Studio album by Hardy
- Released: September 4, 2020
- Genre: Country; country rock;
- Length: 42:01
- Label: Big Loud
- Producer: Joey Moi; Derek Wells; David Garcia; Jake Mitchell;

Hardy chronology
| Hixtape, Vol. 1 (2019) | A Rock (2020) | Hixtape, Vol. 2 (2021) |

Singles from A Rock
- "One Beer" Released: February 10, 2020; "Give Heaven Some Hell" Released: January 25, 2021;

= A Rock =

A Rock (stylized in all caps) is the debut studio album by American country music singer Hardy, released on September 4, 2020, via Big Loud Records.

==Content==
Joey Moi and Derek Wells produced the entire album, with co-production from David Garcia on "Where Ya At" and from Jake Mitchell on "Unapologetically Country as Hell" and the title track. The album is a followup to Hardy's EP Hixtape, Vol. 1. "One Beer", featuring Devin Dawson and Lauren Alaina, is the lead single.

==Critical reception==
Jeff Lincoln of Country Standard Time reviewed the album favorably, complimenting Hardy's unconventional appearance for a country musician, as well as his lyrical skill and combination of country and rock influences.
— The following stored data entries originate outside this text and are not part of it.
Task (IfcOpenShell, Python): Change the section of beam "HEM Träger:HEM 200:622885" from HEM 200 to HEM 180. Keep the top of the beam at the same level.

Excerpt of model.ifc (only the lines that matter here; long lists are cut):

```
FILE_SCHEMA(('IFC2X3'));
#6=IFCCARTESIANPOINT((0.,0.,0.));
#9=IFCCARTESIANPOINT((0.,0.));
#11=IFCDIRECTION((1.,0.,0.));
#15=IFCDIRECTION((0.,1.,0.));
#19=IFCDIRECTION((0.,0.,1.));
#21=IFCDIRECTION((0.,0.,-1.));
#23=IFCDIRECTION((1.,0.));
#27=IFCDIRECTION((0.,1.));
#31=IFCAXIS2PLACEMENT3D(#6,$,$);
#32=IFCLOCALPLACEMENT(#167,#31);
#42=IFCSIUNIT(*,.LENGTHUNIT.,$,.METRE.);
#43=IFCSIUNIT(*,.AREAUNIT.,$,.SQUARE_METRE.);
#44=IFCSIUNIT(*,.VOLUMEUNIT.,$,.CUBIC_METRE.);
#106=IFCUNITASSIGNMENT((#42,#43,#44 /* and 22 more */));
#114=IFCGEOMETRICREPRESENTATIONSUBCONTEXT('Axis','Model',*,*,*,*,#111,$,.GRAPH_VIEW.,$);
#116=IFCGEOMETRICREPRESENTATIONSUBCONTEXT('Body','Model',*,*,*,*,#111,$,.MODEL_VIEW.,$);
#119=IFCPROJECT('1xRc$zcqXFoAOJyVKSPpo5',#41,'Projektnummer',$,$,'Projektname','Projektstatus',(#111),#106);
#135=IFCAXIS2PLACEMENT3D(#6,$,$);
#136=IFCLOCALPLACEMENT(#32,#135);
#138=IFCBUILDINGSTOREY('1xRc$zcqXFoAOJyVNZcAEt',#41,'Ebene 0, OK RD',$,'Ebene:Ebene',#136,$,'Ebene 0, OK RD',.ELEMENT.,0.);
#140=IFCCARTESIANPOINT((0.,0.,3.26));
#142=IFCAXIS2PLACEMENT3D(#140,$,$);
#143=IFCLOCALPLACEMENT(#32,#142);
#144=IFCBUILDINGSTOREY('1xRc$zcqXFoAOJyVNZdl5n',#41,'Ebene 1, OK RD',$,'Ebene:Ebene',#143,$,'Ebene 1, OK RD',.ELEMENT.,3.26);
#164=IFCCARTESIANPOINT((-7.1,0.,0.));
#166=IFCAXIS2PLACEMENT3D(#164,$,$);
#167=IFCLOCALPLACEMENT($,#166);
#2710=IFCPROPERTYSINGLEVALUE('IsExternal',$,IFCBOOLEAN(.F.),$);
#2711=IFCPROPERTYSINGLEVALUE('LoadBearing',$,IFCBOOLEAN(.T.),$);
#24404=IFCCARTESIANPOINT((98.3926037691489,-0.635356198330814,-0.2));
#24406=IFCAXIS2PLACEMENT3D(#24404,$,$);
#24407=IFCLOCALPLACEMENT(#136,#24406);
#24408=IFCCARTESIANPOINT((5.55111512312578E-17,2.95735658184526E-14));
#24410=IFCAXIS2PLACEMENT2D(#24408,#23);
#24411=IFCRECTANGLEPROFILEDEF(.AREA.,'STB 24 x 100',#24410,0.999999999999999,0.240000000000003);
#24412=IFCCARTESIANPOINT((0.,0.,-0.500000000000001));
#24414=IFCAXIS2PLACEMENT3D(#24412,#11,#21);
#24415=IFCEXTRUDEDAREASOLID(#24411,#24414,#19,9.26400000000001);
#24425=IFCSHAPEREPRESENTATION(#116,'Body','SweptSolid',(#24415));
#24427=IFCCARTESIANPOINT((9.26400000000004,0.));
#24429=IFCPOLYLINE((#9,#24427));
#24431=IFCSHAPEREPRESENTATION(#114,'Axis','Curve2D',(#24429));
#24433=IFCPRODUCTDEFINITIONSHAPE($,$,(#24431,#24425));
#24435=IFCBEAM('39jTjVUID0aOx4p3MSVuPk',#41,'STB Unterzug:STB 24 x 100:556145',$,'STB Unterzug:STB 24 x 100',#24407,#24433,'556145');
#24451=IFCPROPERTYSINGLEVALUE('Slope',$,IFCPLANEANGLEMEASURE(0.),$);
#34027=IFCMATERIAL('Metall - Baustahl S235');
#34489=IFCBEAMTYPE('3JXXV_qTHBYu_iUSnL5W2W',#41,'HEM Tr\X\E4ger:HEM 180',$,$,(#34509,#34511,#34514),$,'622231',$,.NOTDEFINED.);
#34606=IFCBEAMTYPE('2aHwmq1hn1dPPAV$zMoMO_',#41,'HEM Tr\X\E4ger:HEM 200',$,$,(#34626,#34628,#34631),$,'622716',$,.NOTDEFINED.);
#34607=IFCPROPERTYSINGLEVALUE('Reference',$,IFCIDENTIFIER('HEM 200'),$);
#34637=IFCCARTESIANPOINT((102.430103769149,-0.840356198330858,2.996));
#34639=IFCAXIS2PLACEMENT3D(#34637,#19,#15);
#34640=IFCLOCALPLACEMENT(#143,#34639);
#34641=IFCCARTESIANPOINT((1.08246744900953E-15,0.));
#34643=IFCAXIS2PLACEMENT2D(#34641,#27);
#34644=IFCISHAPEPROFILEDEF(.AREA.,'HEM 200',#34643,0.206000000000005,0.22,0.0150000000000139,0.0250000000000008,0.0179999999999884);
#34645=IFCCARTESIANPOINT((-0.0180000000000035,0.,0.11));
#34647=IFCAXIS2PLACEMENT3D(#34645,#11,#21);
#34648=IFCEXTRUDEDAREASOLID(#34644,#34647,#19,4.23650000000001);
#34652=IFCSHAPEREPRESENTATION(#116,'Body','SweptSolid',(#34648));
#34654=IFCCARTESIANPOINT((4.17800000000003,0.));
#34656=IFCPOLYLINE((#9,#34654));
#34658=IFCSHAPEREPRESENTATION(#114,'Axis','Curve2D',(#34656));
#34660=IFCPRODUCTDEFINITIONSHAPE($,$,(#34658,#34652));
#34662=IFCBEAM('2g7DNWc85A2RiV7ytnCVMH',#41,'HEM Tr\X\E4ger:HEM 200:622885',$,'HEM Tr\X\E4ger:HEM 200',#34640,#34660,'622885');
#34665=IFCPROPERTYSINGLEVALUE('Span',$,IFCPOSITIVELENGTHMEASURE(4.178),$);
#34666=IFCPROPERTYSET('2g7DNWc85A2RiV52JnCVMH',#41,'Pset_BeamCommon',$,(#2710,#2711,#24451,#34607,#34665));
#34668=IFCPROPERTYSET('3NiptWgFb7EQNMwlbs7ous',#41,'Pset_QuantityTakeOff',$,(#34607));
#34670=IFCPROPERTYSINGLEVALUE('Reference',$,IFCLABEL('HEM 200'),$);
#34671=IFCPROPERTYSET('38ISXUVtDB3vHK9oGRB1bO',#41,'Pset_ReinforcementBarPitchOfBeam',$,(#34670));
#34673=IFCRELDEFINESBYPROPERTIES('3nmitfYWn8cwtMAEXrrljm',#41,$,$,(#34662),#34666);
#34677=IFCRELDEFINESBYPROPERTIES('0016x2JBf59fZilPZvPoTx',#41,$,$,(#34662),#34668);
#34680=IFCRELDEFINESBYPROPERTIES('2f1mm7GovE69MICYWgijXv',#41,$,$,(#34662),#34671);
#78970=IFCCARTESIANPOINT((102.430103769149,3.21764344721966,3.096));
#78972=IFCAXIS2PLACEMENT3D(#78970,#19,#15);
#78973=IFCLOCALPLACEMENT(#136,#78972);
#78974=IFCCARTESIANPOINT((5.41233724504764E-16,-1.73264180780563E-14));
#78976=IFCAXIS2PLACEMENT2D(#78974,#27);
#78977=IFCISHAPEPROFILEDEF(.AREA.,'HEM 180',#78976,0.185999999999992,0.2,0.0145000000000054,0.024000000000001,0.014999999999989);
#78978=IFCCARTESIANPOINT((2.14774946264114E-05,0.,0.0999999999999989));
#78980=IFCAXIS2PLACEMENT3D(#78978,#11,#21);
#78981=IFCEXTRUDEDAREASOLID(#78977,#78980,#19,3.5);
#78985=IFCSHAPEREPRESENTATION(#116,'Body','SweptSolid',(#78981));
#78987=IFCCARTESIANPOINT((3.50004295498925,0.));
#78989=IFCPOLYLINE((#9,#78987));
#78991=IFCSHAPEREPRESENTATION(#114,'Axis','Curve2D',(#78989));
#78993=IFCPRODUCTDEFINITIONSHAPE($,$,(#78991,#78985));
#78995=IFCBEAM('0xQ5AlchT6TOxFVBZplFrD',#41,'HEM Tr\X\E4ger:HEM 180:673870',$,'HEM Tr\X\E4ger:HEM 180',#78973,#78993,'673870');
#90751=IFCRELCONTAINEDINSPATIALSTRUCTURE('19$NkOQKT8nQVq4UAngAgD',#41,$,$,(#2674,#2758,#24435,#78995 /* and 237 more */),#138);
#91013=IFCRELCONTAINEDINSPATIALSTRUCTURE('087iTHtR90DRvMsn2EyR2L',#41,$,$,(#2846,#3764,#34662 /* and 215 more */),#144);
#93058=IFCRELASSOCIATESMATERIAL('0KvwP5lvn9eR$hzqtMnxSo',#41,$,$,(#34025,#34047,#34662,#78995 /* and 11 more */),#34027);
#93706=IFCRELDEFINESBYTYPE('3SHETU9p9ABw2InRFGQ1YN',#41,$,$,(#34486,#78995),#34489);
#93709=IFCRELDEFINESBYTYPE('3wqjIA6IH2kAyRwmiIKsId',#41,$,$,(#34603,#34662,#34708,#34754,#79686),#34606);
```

```python
import ifcopenshell
import ifcopenshell.api.pset
import ifcopenshell.api.type
import ifcopenshell.util.element
import ifcopenshell.util.representation

model = ifcopenshell.open("model.ifc")

member = model.by_id(34662)
source = next(p for p in model.by_type("IfcIShapeProfileDef") if p.ProfileName == "HEM 180")

body = ifcopenshell.util.representation.get_representation(member, "Model", "Body")
solid = body.Items[0]
old_profile = solid.SweptArea

# Copy the section's sizes but keep this member's own profile position.
profile = ifcopenshell.util.element.copy(model, source)
# Profiles are centred, so shift by half the change in depth to hold the top.
shift = (old_profile.OverallDepth - profile.OverallDepth) / 2
x, y = old_profile.Position.Location.Coordinates
up = (-1.0, 0.0)  # upwards, in the solid's own plane
location = model.createIfcCartesianPoint((x + up[0] * shift, y + up[1] * shift))
profile.Position = model.createIfcAxis2Placement2D(location, old_profile.Position.RefDirection)
solid.SweptArea = profile
if not model.get_total_inverses(old_profile):
    ifcopenshell.util.element.remove_deep2(model, old_profile)

new_type = model.by_guid("3JXXV_qTHBYu_iUSnL5W2W")
ifcopenshell.api.type.assign_type(
    model, related_objects=[member], relating_type=new_type, should_map_representations=False
)
member.Name = member.Name.replace("HEM 200", "HEM 180")
member.ObjectType = "HEM Träger:HEM 180"
pset = model.by_id(ifcopenshell.util.element.get_pset(member, "Pset_BeamCommon", should_inherit=False)["id"])
ifcopenshell.api.pset.edit_pset(model, pset=pset, properties={"Reference": "HEM 180"})
pset = model.by_id(ifcopenshell.util.element.get_pset(member, "Pset_QuantityTakeOff", should_inherit=False)["id"])
ifcopenshell.api.pset.edit_pset(model, pset=pset, properties={"Reference": "HEM 180"})
pset = model.by_id(ifcopenshell.util.element.get_pset(member, "Pset_ReinforcementBarPitchOfBeam", should_inherit=False)["id"])
ifcopenshell.api.pset.edit_pset(model, pset=pset, properties={"Reference": "HEM 180"})

print(solid.SweptArea)

model.write("model_rev.ifc")
```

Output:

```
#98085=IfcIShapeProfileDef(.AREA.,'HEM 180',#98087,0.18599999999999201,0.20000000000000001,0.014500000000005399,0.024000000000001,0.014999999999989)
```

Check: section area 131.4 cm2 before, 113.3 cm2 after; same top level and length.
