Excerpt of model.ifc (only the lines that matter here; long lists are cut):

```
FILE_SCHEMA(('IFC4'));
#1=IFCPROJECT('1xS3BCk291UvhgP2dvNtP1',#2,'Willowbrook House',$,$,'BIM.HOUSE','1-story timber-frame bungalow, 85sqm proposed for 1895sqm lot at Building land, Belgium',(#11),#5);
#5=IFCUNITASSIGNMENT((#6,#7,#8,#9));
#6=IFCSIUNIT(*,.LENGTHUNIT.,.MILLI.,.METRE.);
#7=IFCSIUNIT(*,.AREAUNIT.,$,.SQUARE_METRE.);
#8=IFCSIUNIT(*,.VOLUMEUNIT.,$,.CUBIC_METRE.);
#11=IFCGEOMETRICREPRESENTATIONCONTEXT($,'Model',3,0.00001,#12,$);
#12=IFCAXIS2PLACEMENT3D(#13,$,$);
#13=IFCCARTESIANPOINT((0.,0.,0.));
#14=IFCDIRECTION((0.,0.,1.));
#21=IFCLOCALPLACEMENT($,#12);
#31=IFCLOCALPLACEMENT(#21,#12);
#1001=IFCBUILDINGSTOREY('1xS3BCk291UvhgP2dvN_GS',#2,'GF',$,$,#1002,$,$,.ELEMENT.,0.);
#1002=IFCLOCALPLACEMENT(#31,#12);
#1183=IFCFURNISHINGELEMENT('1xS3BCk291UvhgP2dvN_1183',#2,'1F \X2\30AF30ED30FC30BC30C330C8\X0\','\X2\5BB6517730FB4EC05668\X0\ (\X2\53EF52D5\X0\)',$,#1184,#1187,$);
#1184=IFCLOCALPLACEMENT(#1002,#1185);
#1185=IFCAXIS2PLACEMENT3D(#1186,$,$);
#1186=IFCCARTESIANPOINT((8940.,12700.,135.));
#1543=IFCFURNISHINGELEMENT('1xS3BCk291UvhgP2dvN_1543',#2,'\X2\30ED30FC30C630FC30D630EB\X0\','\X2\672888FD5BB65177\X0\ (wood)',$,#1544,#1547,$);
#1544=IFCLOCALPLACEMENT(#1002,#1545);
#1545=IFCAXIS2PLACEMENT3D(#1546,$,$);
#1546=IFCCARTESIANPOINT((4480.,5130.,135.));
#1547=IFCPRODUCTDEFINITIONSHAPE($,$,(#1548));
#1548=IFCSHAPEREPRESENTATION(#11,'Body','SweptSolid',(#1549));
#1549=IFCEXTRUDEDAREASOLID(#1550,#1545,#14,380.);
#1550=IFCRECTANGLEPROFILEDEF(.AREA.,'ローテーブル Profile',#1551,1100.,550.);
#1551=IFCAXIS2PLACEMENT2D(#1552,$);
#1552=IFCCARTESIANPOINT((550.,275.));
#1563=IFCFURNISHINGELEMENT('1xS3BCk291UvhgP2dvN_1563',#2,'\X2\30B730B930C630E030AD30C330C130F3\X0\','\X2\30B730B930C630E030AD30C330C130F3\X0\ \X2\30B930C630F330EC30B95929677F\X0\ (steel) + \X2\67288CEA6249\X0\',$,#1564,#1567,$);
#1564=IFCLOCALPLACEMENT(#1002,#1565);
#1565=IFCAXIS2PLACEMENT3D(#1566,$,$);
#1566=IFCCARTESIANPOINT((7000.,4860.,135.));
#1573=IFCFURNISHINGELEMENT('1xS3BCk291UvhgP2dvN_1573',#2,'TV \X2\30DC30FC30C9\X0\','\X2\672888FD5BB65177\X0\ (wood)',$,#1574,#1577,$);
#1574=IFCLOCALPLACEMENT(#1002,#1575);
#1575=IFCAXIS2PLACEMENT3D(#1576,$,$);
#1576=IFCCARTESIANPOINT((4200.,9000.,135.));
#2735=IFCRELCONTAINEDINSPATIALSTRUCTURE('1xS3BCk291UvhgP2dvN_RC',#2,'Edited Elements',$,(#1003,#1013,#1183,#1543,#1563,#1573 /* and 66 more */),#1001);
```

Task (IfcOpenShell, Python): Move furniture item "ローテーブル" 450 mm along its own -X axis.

```python
import ifcopenshell
import ifcopenshell.api.geometry
import ifcopenshell.util.placement
import ifcopenshell.util.unit

model = ifcopenshell.open("model.ifc")
unit_scale = ifcopenshell.util.unit.calculate_unit_scale(model)

item = model.by_guid("1xS3BCk291UvhgP2dvN_1543")
matrix = ifcopenshell.util.placement.get_local_placement(item.ObjectPlacement)
matrix[:3, 3] -= matrix[:3, 0] * 0.45 / unit_scale
ifcopenshell.api.geometry.edit_object_placement(model, product=item, matrix=matrix, is_si=False)

print(ifcopenshell.util.placement.get_local_placement(item.ObjectPlacement).round(3) + 0.0)

model.write("model_updated.ifc")
```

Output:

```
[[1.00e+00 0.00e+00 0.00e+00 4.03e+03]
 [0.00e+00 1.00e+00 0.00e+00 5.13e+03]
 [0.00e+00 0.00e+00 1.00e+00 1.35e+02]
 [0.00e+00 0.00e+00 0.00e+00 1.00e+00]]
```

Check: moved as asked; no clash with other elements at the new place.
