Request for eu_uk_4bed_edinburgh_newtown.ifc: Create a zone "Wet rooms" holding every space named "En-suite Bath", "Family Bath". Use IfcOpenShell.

First a look at what the model holds.

```python
import ifcopenshell

model = ifcopenshell.open("eu_uk_4bed_edinburgh_newtown.ifc")
print(model.schema)
seen = {}
for space in model.by_type("IfcSpace"):
    seen[space.LongName] = seen.get(space.LongName, 0) + 1
for name, count in sorted(seen.items(), key=str):
    print(count, "x", name)
print("zones:", [z.Name for z in model.by_type("IfcZone")][:20])
```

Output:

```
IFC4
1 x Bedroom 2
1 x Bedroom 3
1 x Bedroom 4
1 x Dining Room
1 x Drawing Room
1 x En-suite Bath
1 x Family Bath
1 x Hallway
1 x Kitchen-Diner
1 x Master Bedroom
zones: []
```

```python
import ifcopenshell
import ifcopenshell.api.group
import ifcopenshell.api.root

model = ifcopenshell.open("eu_uk_4bed_edinburgh_newtown.ifc")

names = {"En-suite Bath", "Family Bath"}
spaces = [s for s in model.by_type("IfcSpace") if s.LongName in names]

zone = ifcopenshell.api.root.create_entity(model, ifc_class="IfcZone", name="Wet rooms")
ifcopenshell.api.group.assign_group(model, products=spaces, group=zone)
print(len(spaces), "spaces in", zone.Name)

model.write("eu_uk_4bed_edinburgh_newtown_rev.ifc")
```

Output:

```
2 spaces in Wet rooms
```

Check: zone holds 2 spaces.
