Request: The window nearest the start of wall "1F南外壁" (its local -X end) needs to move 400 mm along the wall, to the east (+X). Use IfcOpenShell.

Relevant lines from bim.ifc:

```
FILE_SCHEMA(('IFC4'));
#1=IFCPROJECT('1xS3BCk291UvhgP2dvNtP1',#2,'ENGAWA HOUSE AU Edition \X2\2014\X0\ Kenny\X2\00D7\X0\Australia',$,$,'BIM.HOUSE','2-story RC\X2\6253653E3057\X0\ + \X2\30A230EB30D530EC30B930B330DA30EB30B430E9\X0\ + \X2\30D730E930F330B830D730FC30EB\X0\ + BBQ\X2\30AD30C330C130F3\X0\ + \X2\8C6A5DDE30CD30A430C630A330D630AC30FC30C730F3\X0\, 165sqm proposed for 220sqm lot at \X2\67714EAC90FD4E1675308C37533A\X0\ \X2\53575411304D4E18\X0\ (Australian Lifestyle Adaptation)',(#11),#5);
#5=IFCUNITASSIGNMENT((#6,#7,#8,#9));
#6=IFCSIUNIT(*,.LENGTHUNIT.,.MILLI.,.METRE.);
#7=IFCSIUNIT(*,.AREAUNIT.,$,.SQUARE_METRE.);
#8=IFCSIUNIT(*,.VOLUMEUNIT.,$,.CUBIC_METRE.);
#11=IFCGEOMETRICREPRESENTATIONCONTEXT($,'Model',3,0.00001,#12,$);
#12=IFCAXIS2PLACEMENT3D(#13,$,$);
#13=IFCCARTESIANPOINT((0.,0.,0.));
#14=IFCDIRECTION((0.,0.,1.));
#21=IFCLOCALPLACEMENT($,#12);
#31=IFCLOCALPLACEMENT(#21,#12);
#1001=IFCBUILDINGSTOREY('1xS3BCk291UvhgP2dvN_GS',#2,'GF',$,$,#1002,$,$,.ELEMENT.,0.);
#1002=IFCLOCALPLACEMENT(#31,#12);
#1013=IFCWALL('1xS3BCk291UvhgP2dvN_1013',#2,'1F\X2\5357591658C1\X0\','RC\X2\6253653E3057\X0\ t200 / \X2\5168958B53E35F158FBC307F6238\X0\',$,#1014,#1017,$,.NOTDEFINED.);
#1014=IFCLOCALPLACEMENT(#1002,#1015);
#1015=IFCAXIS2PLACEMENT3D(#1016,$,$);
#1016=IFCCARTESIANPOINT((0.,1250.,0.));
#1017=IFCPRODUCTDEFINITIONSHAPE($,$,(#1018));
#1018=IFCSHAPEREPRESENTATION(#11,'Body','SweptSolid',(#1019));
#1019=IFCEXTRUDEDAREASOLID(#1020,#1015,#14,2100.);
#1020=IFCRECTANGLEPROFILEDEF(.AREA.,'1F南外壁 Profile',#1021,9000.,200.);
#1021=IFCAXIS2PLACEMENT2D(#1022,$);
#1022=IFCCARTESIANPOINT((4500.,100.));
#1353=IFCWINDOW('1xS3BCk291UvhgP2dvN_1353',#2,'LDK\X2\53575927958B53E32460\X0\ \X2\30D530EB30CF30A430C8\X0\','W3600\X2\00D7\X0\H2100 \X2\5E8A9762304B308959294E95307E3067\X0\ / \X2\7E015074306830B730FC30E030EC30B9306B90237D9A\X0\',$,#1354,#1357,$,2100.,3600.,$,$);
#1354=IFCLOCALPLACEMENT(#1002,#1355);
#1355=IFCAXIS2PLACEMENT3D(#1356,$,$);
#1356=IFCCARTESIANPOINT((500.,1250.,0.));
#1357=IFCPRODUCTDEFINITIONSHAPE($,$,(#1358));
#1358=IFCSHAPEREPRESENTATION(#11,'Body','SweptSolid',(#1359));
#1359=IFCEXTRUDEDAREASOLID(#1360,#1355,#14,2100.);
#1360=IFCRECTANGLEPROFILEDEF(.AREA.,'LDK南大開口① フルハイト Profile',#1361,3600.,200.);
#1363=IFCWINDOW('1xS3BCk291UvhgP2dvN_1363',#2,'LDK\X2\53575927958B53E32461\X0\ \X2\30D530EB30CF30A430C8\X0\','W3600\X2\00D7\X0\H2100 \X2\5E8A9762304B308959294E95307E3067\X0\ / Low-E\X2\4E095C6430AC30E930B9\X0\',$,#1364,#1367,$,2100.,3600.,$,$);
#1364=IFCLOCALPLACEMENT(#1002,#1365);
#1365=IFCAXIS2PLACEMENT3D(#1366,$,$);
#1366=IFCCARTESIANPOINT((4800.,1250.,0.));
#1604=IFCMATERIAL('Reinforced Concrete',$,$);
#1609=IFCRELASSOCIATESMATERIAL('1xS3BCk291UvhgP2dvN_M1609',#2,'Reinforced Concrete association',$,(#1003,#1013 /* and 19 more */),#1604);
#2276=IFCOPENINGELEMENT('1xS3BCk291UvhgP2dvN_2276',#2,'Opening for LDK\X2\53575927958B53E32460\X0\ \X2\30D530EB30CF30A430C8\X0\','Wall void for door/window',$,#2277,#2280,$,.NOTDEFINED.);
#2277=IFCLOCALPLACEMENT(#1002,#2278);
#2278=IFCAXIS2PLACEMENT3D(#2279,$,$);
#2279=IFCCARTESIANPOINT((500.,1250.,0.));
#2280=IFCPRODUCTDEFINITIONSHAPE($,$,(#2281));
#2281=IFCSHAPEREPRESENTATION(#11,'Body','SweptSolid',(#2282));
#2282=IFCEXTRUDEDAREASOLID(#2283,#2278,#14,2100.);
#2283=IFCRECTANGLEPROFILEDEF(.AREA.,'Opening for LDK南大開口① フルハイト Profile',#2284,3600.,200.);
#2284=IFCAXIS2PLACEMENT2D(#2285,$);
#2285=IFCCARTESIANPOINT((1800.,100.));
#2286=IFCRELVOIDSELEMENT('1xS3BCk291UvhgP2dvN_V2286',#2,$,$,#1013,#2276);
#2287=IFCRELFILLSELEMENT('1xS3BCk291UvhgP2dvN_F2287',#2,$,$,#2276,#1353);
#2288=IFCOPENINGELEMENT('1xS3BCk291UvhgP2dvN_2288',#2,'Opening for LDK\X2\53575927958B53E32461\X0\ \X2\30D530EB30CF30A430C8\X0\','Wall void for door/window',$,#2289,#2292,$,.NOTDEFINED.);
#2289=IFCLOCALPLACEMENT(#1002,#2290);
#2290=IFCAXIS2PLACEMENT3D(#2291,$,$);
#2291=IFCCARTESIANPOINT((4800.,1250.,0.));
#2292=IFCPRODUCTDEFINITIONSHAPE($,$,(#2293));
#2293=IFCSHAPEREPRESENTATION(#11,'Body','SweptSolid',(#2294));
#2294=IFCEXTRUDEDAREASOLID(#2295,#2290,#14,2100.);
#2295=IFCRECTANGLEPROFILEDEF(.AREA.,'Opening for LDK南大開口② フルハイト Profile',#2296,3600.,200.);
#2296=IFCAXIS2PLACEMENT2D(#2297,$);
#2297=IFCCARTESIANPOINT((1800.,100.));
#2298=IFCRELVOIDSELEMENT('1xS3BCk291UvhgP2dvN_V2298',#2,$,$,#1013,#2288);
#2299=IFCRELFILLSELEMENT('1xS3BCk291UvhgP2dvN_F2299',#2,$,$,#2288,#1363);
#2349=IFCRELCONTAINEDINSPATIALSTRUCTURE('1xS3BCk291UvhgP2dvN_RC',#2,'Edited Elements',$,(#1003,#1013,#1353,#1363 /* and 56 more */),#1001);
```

```python
import ifcopenshell
import ifcopenshell.api.geometry
import ifcopenshell.util.placement

model = ifcopenshell.open("bim.ifc")

window = model.by_id(1353)
opening = window.FillsVoids[0].RelatingOpeningElement
wall = opening.VoidsElements[0].RelatingBuildingElement

wall_matrix = ifcopenshell.util.placement.get_local_placement(wall.ObjectPlacement)
shift = wall_matrix[:3, 0] * 400.0
before = ifcopenshell.util.placement.get_local_placement(window.ObjectPlacement)[:3, 3].copy()

# The window is not placed relative to its opening, so move both.
for product in (opening, window):
    matrix = ifcopenshell.util.placement.get_local_placement(product.ObjectPlacement)
    matrix[:3, 3] += shift
    ifcopenshell.api.geometry.edit_object_placement(model, product=product, matrix=matrix, is_si=False)

after = ifcopenshell.util.placement.get_local_placement(window.ObjectPlacement)[:3, 3]
print("window moved by", (after - before).round(3) + 0.0)

model.write("bim_updated.ifc")
```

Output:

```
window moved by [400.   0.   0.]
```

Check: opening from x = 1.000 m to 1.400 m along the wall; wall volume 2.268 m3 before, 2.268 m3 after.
He concluded his review with "it's got authentic appeal, and Hardy's found the right label at Big Loud Records. Country music was always more than the hats anyhow". Zackary Kephart of Country Universe rated the album one out of five stars, stating that "he's a detailed writer, and that's why, I think, most people haven't immediately written this off as an attempt at any sort of revival of the trend itself. It's just that his details are completely unlikable". He also criticized the mixing and production of Joey Moi and Hardy's limited vocal range.

==Track listing==

| No. | Title | Writer(s) | Length |
|---|---|---|---|
| 1. | "Truck" | Michael Hardy; Ben Johnson; Hunter Phelps; | 3:38 |
| 2. | "Boyfriend" | Hardy; Zach Abend; Andy Albert; | 3:39 |
| 3. | "Give Heaven Some Hell" | Hardy; Ashley Gorley; Johnson; Phelps; | 3:37 |
| 4. | "Boots" | Hardy; David Garcia; Hillary Lindsey; | 3:13 |
| 5. | "Where Ya At" | Hardy; Jessie Jo Dillon; Garcia; | 2:59 |
| 6. | "Ain't a Bad Day" | Hardy; Jake Mitchell; Phelps; | 3:22 |
| 7. | "One Beer" (featuring Lauren Alaina and Devin Dawson) | Hardy; Lindsey; Mitchell; | 2:53 |
| 8. | "So Close" (featuring Ashland Craft) | Hardy; Mark Holman; Lindsey; | 3:45 |
| 9. | "Broke Boy" | Hardy; Garcia; Brett Tyler; | 3:52 |
| 10. | "Hate Your Hometown" | Hardy; Garcia; Lindsey; | 3:28 |
| 11. | "Unapologetically Country as Hell" | Hardy; Smith Ahnquist; Nick Donley; Mitchell; | 3:55 |
| 12. | "A Rock" | Hardy; Ahnquist; Mitchell; | 3:40 |
| Total length: |  |  | 42:01 |

===Notes===
- All track titles are stylized in all caps.

==Personnel==
Credits adapted from Tidal.
- Hardy – lead vocals
- Joey Moi – production, mixing
- Derek Wells – production
- David Garcia – production on "Where Ya At"
- Jake Mitchell – production on "Unapologetically Country as Hell" and "A Rock"
- Ted Jensen – mastering
- Andrew Mendelson – mastering
- Jeff Balding – engineering
- Ally Gecewicz – editing, studio assistance
- Elvind Nordland – editing
- Scott Cooke – editing
- Ryan Yount – engineering assistance
- Sean R. Badum – engineering assistance
- Tori Alamaze – art direction, design
- Tanner Gallagher – cover photo, photography
- Chris Hornbuckle – photography

==Charts==

===Weekly charts===

| Chart (2020) | Peak position |
|---|---|
| Australian Country Albums (ARIA) | 20 |
| Canadian Albums (Billboard) | 34 |
| US Independent Albums (Billboard) | 4 |
| US Billboard 200 | 24 |
| US Top Country Albums (Billboard) | 4 |

===Year-end charts===

| Chart (2020) | Position |
|---|---|
| US Top Country Albums (Billboard) | 63 |

| Chart (2021) | Position |
|---|---|
| US Top Country Albums (Billboard) | 30 |

| Chart (2023) | Position |
|---|---|
| US Independent Albums (Billboard) | 38 |
| US Top Country Albums (Billboard) | 36 |

==Certifications==

| Region | Certification | Certified units/sales |
| Canada (Music Canada) | Gold | 40,000^{‡} |
| United States (RIAA) | Gold | 500,000^{‡} |
^{‡} Sales+streaming figures based on certification alone.